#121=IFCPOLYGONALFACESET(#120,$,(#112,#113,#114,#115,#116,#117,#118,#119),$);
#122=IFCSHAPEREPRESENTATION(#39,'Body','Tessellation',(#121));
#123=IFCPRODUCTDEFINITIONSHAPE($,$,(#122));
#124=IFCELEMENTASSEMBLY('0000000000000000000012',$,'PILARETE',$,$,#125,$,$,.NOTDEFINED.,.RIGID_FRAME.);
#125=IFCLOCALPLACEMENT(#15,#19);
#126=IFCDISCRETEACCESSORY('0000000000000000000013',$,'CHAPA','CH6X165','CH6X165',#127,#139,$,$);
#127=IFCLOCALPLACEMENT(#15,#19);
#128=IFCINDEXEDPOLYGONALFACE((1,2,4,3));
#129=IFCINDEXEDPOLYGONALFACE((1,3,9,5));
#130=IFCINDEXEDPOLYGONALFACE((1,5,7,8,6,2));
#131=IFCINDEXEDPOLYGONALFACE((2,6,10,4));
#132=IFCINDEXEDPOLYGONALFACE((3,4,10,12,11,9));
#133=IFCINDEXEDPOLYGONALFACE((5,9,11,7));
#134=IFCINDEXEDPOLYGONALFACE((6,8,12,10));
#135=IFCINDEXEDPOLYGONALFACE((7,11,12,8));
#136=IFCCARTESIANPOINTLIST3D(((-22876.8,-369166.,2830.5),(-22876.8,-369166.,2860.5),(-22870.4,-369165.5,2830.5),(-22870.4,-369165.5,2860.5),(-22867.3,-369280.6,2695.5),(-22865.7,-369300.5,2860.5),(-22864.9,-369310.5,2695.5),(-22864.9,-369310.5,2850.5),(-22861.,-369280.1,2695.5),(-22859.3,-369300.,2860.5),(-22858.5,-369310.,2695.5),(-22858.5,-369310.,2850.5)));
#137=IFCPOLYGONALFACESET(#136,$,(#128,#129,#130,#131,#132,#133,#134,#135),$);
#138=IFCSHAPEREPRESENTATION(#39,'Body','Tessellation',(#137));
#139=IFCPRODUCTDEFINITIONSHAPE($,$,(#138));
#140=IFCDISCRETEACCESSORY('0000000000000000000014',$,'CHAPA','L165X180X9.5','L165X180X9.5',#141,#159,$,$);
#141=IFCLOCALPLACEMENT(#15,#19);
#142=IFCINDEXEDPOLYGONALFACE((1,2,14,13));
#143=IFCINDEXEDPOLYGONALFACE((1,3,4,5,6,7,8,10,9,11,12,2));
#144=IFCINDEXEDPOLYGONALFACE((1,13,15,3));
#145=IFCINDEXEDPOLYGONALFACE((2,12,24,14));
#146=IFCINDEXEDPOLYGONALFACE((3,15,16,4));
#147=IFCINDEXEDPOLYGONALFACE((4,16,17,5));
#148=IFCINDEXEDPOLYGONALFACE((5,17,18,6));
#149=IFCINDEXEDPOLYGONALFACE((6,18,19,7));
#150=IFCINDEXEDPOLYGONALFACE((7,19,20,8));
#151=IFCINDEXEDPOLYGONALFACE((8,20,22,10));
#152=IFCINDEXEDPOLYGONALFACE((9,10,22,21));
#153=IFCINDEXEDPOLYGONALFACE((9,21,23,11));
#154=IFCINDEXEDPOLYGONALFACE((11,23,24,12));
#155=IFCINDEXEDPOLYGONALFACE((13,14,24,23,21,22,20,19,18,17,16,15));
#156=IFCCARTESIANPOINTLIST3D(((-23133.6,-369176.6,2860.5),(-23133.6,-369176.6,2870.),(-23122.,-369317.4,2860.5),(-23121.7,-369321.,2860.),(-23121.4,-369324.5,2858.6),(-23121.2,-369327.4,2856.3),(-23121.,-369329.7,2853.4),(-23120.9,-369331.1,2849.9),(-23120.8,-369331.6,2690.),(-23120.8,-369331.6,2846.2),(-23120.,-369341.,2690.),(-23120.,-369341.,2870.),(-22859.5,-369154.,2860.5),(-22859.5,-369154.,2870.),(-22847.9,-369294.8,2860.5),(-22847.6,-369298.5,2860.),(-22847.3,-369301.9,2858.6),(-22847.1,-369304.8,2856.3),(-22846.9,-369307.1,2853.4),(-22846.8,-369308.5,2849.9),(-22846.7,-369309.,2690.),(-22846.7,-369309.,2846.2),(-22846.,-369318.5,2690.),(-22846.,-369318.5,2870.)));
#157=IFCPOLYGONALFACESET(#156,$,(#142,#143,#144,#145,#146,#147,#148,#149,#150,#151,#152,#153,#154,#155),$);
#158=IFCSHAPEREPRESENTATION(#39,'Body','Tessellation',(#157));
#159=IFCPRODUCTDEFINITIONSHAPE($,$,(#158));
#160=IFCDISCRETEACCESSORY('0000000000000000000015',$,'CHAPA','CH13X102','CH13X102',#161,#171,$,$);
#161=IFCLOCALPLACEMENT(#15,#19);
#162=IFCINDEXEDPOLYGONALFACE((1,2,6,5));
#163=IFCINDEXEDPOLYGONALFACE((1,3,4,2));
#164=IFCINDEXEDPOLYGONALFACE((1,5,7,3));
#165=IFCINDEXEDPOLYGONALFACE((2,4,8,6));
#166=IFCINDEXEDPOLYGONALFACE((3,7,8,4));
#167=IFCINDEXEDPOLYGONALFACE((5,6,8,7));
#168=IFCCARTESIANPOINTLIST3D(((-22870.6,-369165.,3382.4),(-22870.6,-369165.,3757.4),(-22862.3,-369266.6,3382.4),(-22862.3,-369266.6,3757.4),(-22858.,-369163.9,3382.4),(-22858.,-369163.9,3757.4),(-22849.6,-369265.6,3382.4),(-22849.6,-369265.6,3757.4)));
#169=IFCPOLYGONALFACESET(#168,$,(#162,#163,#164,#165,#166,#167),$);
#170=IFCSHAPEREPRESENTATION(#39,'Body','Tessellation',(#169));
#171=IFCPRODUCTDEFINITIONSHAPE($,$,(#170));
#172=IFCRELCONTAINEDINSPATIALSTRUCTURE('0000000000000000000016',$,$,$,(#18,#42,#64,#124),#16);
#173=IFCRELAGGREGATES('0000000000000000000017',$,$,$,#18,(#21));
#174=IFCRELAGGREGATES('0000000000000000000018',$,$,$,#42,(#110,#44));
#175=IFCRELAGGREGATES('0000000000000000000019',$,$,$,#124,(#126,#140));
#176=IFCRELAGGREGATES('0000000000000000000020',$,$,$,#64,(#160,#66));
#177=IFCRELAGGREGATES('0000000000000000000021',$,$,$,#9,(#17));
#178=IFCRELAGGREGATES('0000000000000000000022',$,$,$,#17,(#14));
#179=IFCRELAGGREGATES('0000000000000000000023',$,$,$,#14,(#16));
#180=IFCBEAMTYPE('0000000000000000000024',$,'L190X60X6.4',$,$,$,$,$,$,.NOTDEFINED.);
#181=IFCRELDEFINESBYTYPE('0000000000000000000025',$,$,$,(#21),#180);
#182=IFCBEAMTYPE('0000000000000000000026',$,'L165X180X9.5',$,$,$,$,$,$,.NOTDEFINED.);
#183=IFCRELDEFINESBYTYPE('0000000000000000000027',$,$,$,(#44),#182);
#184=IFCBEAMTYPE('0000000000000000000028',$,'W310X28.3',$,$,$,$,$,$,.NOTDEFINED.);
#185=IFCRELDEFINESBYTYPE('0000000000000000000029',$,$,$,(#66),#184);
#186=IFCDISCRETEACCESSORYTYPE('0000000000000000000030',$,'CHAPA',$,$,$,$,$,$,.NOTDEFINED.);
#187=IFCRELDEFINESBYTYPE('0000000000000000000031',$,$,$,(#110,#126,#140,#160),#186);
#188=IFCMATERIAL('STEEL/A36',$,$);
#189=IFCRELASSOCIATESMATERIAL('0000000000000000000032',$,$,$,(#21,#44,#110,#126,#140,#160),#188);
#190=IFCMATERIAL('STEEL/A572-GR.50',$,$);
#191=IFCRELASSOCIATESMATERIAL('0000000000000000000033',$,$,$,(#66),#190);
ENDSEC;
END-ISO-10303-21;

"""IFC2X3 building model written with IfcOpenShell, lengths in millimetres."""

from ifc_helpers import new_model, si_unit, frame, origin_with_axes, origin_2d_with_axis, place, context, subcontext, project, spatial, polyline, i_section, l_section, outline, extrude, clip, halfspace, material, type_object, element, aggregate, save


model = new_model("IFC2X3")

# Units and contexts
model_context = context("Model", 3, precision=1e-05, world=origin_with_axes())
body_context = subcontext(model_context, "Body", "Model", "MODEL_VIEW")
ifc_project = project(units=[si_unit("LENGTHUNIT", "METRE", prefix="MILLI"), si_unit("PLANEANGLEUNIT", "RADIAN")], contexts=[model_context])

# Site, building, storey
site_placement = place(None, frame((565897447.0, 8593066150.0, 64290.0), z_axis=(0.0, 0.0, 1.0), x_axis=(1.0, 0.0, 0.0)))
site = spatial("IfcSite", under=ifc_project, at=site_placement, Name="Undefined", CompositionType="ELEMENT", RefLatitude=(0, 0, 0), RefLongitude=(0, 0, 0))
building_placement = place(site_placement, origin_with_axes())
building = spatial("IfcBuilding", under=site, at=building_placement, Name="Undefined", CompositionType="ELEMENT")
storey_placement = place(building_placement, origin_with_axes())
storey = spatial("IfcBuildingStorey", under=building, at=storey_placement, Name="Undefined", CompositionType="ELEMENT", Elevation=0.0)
- - - - - - -
Exercise prompt:
Check each line above for the word "under", then give only the number of lines that have it.

Task answer:
3